Finn
1
In Moss, currying is stright forward. Simply change
diffh = |h,f,x| (f(x+h)-f(x-h))/(2*h)
into
diffh = |h| |f| |x| (f(x+h)-f(x-h))/(2*h)
That's boring, of course. Let's state the directional derivative:
diffh = |h| |v| |f| |x| (f(x+h*v)-f(x-h*v))/(2*h)
Usage examples you will find here: moss/doc/examples/differential-geometry.
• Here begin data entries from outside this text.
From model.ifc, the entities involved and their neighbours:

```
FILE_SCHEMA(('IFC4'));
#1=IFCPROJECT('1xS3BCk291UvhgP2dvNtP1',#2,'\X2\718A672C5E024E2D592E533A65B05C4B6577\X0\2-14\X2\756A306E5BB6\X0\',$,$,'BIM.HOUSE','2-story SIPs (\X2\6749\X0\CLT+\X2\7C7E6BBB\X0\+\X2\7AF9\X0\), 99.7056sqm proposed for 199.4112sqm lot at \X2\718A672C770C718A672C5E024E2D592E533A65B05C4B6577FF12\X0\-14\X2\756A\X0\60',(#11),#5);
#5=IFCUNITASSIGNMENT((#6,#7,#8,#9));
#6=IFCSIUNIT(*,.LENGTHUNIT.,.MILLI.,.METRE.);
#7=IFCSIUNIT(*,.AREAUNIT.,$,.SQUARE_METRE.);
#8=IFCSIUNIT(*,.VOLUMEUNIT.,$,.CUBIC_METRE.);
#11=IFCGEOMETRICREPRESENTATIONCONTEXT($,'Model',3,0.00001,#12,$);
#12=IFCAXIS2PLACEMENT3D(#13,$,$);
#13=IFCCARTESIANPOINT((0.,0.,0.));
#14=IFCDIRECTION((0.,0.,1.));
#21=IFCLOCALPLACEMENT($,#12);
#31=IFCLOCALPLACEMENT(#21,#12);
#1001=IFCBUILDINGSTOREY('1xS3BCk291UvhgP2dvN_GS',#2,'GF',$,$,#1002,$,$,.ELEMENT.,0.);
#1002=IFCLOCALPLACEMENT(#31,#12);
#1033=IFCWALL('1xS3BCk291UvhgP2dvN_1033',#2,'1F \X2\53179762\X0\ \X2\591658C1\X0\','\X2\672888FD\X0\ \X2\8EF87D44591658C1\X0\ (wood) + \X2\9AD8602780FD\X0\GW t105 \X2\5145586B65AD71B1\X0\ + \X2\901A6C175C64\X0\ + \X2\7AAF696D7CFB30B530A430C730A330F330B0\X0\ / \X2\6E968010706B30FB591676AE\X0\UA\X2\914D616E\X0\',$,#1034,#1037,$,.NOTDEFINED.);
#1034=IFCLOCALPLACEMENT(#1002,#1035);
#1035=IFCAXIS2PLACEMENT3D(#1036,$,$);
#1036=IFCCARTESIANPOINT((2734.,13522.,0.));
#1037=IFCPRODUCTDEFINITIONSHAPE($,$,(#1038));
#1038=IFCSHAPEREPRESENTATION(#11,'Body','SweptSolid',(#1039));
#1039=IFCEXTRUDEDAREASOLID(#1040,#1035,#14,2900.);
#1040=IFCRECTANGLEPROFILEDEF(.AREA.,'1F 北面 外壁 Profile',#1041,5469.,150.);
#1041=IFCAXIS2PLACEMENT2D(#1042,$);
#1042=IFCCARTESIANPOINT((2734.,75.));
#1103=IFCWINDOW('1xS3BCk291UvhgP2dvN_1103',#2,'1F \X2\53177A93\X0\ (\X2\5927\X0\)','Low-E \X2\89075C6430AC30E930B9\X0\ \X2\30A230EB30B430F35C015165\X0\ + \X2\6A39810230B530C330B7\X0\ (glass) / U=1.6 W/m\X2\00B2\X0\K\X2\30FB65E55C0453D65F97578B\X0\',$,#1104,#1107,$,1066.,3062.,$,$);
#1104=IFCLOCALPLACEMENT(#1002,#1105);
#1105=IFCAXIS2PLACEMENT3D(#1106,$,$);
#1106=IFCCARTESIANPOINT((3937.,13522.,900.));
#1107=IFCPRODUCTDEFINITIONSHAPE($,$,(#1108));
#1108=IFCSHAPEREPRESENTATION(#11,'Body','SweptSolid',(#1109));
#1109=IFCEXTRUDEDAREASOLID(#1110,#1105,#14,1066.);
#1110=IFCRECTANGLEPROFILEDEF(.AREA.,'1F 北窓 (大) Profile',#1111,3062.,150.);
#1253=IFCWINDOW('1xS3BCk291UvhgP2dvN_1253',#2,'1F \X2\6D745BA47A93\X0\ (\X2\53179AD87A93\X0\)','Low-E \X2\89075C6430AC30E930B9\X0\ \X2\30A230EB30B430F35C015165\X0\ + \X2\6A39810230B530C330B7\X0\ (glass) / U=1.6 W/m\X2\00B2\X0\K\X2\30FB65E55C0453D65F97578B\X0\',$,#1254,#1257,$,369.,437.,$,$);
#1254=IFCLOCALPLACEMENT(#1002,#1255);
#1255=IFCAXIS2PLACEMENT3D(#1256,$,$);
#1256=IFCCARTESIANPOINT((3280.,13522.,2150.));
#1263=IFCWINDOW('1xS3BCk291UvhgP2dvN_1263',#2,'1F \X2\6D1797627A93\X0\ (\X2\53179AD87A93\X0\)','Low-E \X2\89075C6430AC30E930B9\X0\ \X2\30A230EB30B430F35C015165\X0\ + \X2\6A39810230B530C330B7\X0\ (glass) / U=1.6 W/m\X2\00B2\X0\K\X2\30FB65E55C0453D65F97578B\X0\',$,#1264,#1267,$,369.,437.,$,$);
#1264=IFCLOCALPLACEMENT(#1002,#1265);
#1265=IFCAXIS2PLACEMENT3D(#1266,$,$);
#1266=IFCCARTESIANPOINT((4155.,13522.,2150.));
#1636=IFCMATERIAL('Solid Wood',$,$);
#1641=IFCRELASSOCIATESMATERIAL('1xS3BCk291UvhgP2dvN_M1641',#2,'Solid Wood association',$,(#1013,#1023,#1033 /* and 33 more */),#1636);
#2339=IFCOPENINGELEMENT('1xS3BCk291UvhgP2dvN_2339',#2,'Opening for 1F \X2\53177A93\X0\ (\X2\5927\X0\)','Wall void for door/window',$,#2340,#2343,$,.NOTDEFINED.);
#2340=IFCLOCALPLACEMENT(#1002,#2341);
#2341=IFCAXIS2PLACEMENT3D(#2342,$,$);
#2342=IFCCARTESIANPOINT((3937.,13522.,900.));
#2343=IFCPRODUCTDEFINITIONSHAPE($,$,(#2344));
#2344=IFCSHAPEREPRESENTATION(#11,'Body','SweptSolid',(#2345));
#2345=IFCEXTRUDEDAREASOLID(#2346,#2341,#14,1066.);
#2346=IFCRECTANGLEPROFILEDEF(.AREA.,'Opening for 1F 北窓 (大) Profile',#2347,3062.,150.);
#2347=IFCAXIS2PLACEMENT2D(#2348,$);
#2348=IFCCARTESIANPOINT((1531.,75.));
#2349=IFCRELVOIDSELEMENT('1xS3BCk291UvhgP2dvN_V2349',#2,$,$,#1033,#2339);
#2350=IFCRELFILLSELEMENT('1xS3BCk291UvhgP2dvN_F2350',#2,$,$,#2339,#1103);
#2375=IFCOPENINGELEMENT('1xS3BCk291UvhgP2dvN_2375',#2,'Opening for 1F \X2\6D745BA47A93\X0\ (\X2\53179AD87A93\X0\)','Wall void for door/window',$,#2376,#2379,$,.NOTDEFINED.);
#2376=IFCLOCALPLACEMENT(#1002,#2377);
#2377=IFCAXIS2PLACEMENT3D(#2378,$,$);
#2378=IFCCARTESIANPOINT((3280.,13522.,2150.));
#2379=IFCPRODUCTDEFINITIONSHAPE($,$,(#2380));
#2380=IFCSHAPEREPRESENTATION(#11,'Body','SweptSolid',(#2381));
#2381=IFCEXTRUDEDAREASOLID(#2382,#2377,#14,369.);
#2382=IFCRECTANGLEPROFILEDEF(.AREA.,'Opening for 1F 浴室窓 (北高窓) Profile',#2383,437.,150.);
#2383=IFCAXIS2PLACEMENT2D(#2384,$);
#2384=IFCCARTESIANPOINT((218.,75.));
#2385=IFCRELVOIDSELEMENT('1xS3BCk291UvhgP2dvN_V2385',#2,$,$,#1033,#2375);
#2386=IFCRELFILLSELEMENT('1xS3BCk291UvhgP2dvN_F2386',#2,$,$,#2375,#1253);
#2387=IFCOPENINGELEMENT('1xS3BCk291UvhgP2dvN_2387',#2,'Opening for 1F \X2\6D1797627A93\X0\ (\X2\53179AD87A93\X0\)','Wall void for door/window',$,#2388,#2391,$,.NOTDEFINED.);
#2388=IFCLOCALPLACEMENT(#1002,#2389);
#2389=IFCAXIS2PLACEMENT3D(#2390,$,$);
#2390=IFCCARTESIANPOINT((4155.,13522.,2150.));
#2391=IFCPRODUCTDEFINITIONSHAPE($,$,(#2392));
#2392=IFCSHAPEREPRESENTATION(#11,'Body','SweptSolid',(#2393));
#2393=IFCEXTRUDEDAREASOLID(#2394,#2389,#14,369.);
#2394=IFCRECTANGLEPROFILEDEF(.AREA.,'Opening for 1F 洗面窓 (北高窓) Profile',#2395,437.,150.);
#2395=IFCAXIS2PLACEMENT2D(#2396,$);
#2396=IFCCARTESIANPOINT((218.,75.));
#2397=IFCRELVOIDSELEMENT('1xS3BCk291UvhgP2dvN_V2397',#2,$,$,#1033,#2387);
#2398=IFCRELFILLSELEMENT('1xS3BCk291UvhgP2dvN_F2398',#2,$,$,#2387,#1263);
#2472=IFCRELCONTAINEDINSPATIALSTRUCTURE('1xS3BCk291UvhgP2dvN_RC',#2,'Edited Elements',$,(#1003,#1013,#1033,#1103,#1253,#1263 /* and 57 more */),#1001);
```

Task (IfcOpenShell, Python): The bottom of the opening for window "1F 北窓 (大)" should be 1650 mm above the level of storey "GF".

```python
import numpy as np
import ifcopenshell
import ifcopenshell.api.geometry
import ifcopenshell.geom
import ifcopenshell.util.element
import ifcopenshell.util.placement
import ifcopenshell.util.shape
import ifcopenshell.util.unit

model = ifcopenshell.open("model.ifc")
unit_scale = ifcopenshell.util.unit.calculate_unit_scale(model)

window = model.by_id(1103)
opening = window.FillsVoids[0].RelatingOpeningElement
storey = ifcopenshell.util.element.get_container(window, ifc_class="IfcBuildingStorey")
level = ifcopenshell.util.placement.get_local_placement(storey.ObjectPlacement)[2, 3]

# The opening's origin need not be at the sill, so measure its lowest point.
shape = ifcopenshell.geom.create_shape(ifcopenshell.geom.settings(), opening)
bottom = ifcopenshell.util.shape.get_shape_bottom_elevation(shape, shape.geometry) / unit_scale
dz = level + 1.65 / unit_scale - bottom

shift = np.array([0.0, 0.0, dz])
# The window is not placed relative to its opening, so move both.
for product in (opening, window):
    matrix = ifcopenshell.util.placement.get_local_placement(product.ObjectPlacement)
    matrix[:3, 3] += shift
    ifcopenshell.api.geometry.edit_object_placement(model, product=product, matrix=matrix, is_si=False)

print(f"moved by {dz * unit_scale:+.3f} m")

model.write("model_updated.ifc")
```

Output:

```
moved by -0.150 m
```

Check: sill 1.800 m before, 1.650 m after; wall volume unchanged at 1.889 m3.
How am I supposed to do this in Rust? It seems we are forced to box the inner closure:
type RtoR = Box<dyn Fn(f64)->f64>;
fn diffh(h: f64) -> impl Fn(RtoR) -> RtoR {
return move |f: RtoR| -> RtoR {
return Box::new(move |x| (f(x+h)-f(x-h))/(2.0*h));
}
}
fn main(){
let diff = diffh(0.0001);
let f = diff(Box::new(|x| x.ln()));
println!("{}",f(1.0));
}
Is it possible to reformulate diffh without dyn? Changing h into a type level constant is assumed to be bogus trait magic.
1 Like
krdln
2
In theory, "impl everything" could work:
fn diffh(h: f64) -> impl Fn(impl Fn(f64) -> f64) -> impl Fn(f64) -> f64 {
return move |f| {
move |x| (f(x+h)-f(x-h))/(2.0*h)
}
}
but nested impl are not allowed, so... let's try to be more explicit:
fn diffh<F>(h: f64) -> impl Fn(F) -> impl Fn(f64) -> f64
where F: Fn(f64) -> f64 { ... }
Unfortunately, we learn that:
impl Trait not allowed outside of function and inherent method return types.
I think it's not an inherent limitation and could be supported in the future. But for now, I think the last dyn has to stay there.
You could work around this issue by making diffh return a concrete struct (instead the first layer of currying).
Finn
3
Ah ok. This leads me to:
struct Diff {h: f64}
impl Diff {
fn call(&self, f: impl Fn(f64)->f64) -> impl Fn(f64)->f64 {
let h = self.h;
return move |x| (f(x+h)-f(x-h))/(2.0*h);
}
}
fn diffh(h: f64) -> Diff {Diff{h}}
fn main(){
let diff = diffh(0.0001);
let f = diff.call(|x| x.ln());
println!("{}",f(1.0));
}
Now, Diff should just satisfy the Fn bound, for reasons of purity.